В августе 1670 года, накануне Дня семи святых эфесских мучеников, когда кончается запрет есть оленину, Никон Севаст сказал:

– Один из верных путей в истинное будущее (ведь есть и ложное будущее) – это идти в том направлении, в котором растет твой страх.

И стал собираться на охоту. С ним был Теоктист Никольски A, монах, который в монастыре помогал ему переписывать книги. Эта охота вошла в историю благодаря записям Теоктиста. Севаст, как рассказывают, посадил борзую на седло, себе за спину, и они отправились охотиться на оленей. Вскоре борзая спрыгнула со спины коня, но никакого оленя поблизости не было. Собака тем не менее тявкала, как будто действительно гонит добычу, и казалось, что та, невидимая, но тяжелая, движется по направлению к охотникам. Слышалось, как трещат кусты. Севаст вел себя так же, как и борзая. Он держался так, как будто перед ним олень, причем действительно совсем неподалеку слышалось что-то похожее на дыхание оленя, и Теоктист подумал, что архангел Гавриил наконец явился Никону в облике оленя, иными словами – обращенный в душу Никона Севаста. А говоря еще точнее: архангел принес душу Никону в подарок. Таким образом, Никон в тот день на охоте поймал собственную душу и заговорил с ней.
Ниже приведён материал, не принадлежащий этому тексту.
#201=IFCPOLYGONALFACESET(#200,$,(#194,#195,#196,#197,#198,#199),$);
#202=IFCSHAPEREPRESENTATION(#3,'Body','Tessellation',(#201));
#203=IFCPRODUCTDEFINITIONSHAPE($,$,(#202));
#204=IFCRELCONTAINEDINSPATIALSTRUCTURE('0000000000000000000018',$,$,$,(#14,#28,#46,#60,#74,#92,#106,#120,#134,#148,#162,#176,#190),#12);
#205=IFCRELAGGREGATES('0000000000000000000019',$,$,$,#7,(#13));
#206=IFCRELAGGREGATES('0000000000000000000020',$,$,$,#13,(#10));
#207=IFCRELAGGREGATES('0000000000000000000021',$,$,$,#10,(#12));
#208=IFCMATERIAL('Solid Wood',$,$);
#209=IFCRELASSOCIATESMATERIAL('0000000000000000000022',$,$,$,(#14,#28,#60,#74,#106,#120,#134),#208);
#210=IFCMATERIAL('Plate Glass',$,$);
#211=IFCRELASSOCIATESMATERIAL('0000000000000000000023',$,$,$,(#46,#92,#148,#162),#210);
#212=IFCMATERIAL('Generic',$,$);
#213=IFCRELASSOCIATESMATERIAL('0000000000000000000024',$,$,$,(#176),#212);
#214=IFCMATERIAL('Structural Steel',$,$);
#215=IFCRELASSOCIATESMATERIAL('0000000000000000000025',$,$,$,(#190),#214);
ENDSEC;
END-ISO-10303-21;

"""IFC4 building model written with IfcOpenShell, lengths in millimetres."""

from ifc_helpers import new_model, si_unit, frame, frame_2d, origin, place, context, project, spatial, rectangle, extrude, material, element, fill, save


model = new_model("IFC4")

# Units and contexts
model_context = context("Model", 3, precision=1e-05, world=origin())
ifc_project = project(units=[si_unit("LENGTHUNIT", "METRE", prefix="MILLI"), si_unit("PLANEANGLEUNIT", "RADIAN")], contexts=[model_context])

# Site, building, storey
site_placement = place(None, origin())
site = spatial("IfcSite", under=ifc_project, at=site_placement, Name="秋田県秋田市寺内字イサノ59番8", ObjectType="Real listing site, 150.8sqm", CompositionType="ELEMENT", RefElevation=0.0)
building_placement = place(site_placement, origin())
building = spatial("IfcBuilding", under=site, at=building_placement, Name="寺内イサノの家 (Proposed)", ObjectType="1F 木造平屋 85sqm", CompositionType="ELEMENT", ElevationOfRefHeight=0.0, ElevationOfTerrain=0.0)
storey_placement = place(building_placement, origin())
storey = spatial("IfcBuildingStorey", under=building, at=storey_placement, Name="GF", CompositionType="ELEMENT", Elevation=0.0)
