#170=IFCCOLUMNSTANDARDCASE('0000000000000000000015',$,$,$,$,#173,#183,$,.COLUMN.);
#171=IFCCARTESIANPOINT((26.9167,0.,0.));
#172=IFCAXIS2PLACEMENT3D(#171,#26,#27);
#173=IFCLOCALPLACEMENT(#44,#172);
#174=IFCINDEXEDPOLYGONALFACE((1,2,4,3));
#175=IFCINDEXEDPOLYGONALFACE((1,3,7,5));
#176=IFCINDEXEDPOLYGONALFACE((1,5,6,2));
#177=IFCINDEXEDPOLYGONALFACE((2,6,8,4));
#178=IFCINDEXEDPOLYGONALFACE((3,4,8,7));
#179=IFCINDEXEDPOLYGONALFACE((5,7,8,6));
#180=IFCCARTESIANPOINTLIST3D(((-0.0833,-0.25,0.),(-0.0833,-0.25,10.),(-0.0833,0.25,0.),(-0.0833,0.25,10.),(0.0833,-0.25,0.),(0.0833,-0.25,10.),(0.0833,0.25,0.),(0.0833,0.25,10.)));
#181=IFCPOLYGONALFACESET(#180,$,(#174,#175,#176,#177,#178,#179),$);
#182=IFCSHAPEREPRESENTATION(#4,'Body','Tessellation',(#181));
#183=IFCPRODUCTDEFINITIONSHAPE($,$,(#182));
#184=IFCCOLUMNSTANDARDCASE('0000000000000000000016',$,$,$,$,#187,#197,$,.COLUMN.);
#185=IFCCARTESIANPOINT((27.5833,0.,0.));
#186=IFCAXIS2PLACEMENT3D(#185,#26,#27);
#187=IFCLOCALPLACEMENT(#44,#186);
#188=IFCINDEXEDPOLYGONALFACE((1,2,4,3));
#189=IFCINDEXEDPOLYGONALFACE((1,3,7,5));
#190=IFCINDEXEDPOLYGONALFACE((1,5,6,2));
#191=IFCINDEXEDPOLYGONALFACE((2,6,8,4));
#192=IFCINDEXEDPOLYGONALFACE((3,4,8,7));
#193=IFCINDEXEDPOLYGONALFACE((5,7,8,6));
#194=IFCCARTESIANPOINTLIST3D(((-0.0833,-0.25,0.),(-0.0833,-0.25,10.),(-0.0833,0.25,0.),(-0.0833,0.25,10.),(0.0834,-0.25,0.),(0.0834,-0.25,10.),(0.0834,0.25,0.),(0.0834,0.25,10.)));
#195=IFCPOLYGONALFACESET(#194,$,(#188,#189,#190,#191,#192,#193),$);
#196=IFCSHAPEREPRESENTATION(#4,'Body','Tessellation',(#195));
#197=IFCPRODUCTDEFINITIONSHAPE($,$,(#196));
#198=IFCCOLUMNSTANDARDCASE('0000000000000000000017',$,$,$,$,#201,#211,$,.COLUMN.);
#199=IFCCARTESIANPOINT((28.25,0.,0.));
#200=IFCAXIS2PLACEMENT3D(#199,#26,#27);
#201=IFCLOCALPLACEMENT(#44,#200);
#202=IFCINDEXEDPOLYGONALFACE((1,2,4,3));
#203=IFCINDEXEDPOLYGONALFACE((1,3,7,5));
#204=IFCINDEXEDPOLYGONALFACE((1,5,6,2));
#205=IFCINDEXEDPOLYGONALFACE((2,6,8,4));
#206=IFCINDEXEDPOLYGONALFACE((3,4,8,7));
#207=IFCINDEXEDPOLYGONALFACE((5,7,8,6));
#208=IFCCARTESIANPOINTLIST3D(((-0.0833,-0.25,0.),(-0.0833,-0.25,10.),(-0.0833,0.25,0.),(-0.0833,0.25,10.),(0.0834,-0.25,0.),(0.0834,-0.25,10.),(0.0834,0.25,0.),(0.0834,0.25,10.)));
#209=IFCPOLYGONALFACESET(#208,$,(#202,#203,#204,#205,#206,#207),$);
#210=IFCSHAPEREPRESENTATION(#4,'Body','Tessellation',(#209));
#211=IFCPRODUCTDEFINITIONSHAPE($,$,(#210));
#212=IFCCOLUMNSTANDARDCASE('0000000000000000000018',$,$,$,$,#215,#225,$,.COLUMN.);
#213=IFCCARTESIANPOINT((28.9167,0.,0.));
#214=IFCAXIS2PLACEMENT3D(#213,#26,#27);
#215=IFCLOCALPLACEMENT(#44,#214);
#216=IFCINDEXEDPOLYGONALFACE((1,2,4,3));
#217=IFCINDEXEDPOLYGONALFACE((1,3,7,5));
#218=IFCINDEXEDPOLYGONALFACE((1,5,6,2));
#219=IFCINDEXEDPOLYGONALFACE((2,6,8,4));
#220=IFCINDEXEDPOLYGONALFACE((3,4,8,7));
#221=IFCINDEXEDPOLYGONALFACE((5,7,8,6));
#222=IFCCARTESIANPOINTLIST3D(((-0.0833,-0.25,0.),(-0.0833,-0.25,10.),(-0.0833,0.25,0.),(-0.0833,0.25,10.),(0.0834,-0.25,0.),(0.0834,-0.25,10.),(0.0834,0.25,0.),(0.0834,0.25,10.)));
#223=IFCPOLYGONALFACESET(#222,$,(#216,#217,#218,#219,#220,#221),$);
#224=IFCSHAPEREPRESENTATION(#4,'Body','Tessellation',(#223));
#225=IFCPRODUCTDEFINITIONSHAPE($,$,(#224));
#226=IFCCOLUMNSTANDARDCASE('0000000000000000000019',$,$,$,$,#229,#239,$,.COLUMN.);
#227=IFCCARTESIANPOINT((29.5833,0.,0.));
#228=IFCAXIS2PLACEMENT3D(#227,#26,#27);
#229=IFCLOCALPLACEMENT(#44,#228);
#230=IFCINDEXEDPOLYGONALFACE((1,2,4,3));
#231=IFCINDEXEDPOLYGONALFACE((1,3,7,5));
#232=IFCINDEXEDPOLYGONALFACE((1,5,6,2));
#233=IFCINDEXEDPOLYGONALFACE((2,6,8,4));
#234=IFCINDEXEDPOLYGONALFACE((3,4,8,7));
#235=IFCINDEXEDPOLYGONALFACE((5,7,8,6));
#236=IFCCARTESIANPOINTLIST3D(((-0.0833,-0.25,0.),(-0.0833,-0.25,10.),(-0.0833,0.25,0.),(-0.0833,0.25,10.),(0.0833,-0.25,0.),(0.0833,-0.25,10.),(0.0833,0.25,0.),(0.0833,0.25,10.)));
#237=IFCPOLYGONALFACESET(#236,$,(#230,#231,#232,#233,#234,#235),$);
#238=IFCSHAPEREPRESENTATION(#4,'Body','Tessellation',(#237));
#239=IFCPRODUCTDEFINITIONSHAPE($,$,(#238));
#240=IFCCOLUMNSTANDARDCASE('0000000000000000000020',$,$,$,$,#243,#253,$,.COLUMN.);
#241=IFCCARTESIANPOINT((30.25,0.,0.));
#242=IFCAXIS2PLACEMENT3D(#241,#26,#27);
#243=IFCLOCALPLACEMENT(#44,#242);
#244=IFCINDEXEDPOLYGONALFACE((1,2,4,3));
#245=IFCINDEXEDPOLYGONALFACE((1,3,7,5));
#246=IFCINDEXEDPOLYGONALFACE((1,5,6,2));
– Глубока твоя глубина и велика твоя слава, помоги мне восхвалять тебя в красках! – вскричал Севаст, обращаясь к архангелу, или к оленю, или к собственной душе – одним словом, к тому, что это было, – Я хочу нарисовать ночь между субботой и воскресеньем, а на ней твою самую прекрасную икону, чтобы тебе молились и в других местах, даже не видя ее!

Тогда архангел Гавриил сказал:

– Пробидев поташта се озлобити…– И монах понял, что архангел говорит, пропуская существительные. Потому что имена – для Бога, а глаголы для человека.

На это иконописец ответил:

– Как же мне работать правой, когда я левша? Но олень уже исчез, и монах тогда спросил Никона:

– Что это было?

А тот совершенно спокойно ответил:

– Ничего особенного, это все временное, а я здесь оказался просто на пути в Царьград…– А потом добавил: – Сдвинешь человека с места, где он лежал, а там черви, букашки, прозрачные, как драгоценности, плесень…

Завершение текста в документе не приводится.